We differentiate x squared
and that's two times x times y which is like a constant,
and then the derivative of a constant there is zero
and we're evaluating this whole thing
at x is equal to negative one and y is equal to one.
So when we actually plug that in,
it would be two times negative one multiplied by one,
which is two... Negative two, excuse me.
But what does that mean, right?
We evaluate this, and maybe you're thinking
this is kind of slight nudge in the x direction,
this is the resulting nudge of f.
What does that mean for the graph?
Well first of all, treating y as a constant
is basically like slicing the whole graph
with a plane that represents a constant y value.
So this is the y-axis,
and the plane that cuts it perpendicularly
that represents a constant y value.
This one represents the constant y value one
but you could imagine sliding the plane back and forth
and that would represent various different y values.
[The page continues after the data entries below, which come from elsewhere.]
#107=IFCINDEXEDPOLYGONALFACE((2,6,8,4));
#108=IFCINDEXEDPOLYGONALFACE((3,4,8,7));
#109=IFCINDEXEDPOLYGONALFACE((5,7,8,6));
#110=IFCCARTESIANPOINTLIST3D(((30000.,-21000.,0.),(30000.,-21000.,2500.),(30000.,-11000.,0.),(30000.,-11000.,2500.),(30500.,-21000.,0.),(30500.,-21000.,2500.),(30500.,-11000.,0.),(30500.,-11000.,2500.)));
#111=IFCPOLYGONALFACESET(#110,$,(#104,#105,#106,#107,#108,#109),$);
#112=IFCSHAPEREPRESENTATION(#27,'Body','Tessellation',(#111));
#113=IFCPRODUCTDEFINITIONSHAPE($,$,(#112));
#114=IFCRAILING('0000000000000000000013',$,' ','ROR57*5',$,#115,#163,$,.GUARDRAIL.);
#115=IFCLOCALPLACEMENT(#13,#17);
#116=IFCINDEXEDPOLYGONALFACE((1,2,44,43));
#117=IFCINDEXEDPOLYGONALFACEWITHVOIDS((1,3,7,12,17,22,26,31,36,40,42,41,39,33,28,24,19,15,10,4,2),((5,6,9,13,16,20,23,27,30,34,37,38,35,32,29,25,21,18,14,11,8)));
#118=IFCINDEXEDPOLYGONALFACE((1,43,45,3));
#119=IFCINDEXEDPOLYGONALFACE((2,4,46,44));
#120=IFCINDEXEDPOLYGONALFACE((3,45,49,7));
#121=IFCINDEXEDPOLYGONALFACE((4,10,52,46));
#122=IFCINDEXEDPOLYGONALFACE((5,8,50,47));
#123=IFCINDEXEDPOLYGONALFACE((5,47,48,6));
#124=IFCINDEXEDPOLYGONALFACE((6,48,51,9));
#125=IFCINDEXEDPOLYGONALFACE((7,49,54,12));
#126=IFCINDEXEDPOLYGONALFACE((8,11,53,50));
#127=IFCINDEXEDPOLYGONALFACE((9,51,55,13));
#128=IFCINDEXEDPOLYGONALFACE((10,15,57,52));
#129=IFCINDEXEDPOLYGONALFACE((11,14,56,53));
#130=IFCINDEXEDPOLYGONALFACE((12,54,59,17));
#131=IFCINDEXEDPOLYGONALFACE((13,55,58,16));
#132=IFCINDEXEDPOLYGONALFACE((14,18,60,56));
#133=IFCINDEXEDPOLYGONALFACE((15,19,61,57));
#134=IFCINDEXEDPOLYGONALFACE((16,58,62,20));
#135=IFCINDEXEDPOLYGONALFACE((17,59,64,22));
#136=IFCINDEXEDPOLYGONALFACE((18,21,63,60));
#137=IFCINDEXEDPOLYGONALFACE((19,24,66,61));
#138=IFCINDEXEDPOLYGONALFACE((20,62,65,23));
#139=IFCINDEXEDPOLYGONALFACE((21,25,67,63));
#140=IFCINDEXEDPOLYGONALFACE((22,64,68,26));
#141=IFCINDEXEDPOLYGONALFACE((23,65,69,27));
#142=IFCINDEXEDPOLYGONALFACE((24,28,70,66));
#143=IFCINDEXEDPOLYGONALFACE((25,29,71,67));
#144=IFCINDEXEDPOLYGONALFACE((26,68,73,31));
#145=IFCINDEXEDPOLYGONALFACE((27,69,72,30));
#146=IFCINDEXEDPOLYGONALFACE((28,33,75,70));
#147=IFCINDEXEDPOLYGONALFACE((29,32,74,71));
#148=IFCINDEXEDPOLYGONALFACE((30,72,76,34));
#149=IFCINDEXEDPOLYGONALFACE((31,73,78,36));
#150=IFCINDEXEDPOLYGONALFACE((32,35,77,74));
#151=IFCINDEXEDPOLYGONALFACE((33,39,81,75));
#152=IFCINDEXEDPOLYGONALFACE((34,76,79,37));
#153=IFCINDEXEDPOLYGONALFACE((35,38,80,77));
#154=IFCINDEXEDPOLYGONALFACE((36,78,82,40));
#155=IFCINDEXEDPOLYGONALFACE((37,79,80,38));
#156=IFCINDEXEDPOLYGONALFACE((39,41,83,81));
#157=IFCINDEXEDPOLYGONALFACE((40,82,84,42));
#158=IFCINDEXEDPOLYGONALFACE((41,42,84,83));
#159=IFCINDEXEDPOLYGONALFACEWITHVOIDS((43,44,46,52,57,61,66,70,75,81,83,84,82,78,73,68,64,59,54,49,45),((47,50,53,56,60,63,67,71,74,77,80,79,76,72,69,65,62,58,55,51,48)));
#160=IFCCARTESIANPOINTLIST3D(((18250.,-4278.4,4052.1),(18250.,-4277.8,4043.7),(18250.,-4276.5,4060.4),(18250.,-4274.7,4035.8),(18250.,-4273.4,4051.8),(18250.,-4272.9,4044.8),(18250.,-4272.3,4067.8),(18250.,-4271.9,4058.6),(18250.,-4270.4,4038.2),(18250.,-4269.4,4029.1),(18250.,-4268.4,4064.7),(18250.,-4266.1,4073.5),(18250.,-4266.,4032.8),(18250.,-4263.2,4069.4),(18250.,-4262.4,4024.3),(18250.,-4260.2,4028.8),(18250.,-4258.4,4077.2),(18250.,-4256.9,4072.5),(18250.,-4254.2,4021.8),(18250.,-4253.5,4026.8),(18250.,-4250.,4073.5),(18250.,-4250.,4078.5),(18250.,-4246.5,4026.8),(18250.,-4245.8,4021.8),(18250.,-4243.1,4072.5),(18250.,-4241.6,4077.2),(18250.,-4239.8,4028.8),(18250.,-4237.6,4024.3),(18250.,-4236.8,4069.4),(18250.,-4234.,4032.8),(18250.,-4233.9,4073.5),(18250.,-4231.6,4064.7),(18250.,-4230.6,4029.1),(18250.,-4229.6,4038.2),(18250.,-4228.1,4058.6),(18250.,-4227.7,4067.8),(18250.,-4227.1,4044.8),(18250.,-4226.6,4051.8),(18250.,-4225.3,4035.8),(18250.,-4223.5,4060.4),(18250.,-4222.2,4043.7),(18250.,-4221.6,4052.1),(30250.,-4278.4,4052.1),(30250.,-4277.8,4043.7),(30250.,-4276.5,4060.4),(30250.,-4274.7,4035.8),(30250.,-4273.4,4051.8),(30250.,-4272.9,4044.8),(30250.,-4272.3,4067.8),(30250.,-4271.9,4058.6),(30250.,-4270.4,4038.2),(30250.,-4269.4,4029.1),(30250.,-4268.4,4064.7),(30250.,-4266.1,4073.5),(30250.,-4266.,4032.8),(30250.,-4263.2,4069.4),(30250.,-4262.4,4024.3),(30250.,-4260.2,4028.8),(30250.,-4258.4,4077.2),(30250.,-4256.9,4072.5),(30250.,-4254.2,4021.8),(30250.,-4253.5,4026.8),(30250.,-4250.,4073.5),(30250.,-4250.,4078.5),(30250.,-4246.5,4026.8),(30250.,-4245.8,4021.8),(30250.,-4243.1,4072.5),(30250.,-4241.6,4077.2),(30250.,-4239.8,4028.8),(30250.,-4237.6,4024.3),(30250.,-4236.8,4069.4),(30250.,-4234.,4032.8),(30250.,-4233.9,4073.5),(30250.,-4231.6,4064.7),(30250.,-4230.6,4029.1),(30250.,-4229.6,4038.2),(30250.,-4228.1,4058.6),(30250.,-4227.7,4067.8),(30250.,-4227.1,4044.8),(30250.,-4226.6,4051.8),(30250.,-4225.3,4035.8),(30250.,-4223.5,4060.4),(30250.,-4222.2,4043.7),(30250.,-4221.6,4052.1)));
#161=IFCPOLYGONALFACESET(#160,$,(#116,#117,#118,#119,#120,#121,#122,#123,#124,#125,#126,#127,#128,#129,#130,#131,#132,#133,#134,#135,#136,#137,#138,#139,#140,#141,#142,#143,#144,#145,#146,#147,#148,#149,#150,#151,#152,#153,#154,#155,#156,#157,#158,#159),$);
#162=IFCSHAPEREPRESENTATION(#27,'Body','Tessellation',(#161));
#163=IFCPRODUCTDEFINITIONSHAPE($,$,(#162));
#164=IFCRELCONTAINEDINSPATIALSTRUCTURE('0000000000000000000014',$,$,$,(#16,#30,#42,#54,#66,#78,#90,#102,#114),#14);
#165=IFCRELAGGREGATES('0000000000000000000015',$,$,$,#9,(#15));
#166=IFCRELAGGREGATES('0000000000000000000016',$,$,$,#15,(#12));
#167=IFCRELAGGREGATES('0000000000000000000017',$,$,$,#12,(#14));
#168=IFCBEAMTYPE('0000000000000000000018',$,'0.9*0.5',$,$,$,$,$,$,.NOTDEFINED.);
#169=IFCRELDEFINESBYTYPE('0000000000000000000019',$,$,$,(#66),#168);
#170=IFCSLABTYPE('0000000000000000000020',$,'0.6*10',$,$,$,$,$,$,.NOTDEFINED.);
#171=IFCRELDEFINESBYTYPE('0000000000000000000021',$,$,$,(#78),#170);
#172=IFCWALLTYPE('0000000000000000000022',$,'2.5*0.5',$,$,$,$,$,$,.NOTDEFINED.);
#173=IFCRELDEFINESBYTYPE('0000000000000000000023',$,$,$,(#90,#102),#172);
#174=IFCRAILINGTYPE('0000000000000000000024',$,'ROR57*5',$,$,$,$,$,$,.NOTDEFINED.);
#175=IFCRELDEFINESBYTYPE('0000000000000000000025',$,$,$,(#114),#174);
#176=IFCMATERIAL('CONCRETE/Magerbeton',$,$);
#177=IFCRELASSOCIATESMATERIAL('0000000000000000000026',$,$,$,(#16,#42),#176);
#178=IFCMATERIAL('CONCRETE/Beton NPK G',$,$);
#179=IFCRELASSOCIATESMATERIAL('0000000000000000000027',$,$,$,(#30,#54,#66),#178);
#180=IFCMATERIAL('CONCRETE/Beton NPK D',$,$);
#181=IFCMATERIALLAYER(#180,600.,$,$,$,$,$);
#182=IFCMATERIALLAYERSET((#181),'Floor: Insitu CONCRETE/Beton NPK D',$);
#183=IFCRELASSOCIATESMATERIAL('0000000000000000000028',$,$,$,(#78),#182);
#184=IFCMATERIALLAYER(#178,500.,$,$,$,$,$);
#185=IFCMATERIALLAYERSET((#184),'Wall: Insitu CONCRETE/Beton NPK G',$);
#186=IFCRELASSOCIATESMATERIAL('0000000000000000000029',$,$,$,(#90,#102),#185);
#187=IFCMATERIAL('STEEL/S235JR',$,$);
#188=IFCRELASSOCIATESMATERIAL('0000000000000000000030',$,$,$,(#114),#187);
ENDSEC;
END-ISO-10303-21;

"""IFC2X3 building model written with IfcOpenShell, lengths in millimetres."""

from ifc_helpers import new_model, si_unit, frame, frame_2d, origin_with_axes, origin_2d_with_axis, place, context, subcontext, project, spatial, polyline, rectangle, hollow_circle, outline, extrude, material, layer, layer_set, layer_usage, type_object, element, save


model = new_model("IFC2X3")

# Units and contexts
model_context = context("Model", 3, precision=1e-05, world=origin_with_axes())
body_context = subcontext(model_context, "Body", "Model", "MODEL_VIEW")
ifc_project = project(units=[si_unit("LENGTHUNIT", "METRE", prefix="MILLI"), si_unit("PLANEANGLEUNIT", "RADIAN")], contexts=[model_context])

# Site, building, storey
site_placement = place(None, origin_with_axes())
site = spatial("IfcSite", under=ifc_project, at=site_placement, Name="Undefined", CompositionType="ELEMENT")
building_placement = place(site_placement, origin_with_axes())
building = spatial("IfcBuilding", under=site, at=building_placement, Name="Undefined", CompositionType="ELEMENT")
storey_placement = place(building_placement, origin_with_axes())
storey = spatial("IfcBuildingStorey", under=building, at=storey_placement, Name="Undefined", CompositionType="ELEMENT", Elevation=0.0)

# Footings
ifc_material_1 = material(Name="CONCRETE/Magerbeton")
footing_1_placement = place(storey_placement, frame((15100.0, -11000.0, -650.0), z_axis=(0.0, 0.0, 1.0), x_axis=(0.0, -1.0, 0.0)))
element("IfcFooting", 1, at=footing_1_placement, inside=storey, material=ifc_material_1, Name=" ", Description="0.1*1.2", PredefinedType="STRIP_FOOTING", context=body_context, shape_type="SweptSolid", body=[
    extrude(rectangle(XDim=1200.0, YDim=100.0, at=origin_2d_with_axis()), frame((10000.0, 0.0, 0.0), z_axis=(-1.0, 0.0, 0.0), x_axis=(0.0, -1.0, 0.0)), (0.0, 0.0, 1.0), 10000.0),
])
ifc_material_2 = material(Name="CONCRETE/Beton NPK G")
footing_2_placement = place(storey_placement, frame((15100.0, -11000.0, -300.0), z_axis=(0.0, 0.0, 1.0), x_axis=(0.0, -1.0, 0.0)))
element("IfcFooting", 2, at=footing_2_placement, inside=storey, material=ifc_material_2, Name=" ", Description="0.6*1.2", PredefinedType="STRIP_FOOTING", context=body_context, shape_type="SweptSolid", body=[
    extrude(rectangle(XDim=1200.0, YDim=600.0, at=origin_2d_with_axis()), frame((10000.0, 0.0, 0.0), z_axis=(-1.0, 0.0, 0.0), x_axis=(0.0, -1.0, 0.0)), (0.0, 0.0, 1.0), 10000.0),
So for the general partial derivative,
you can imagine whichever one you want
but this one is y equals one
and I'll go ahead and slice the actual graph at that point
and draw a red line.
And this red line is basically
all the points on the graph where y is equal to one.
So I'll emphasize that... where y is equal to one.
This is y is equal to one.
So, when we're looking at that
we can actually interpret the partial derivative as a slope
because we're looking at the point here,
we're asking how the function changes
as we move in the x direction.
From single variable calculus, you might be familiar
with thinking of that as the slope of a line
I could say you're starting here,
you consider some nudge over there, just some tiny step.
I'm drawing it as a sizable one
but you imagine it as a really small step, as your dx,
and then the distance to your function here
the change in the value of your function...
I said dx, but I should say partial x or del x... Partial f.
And as that tiny nudge gets smaller and smaller,
this change here is going to correspond
with what the tangent line does, and that's why
you have this rise over run feeling for the slope.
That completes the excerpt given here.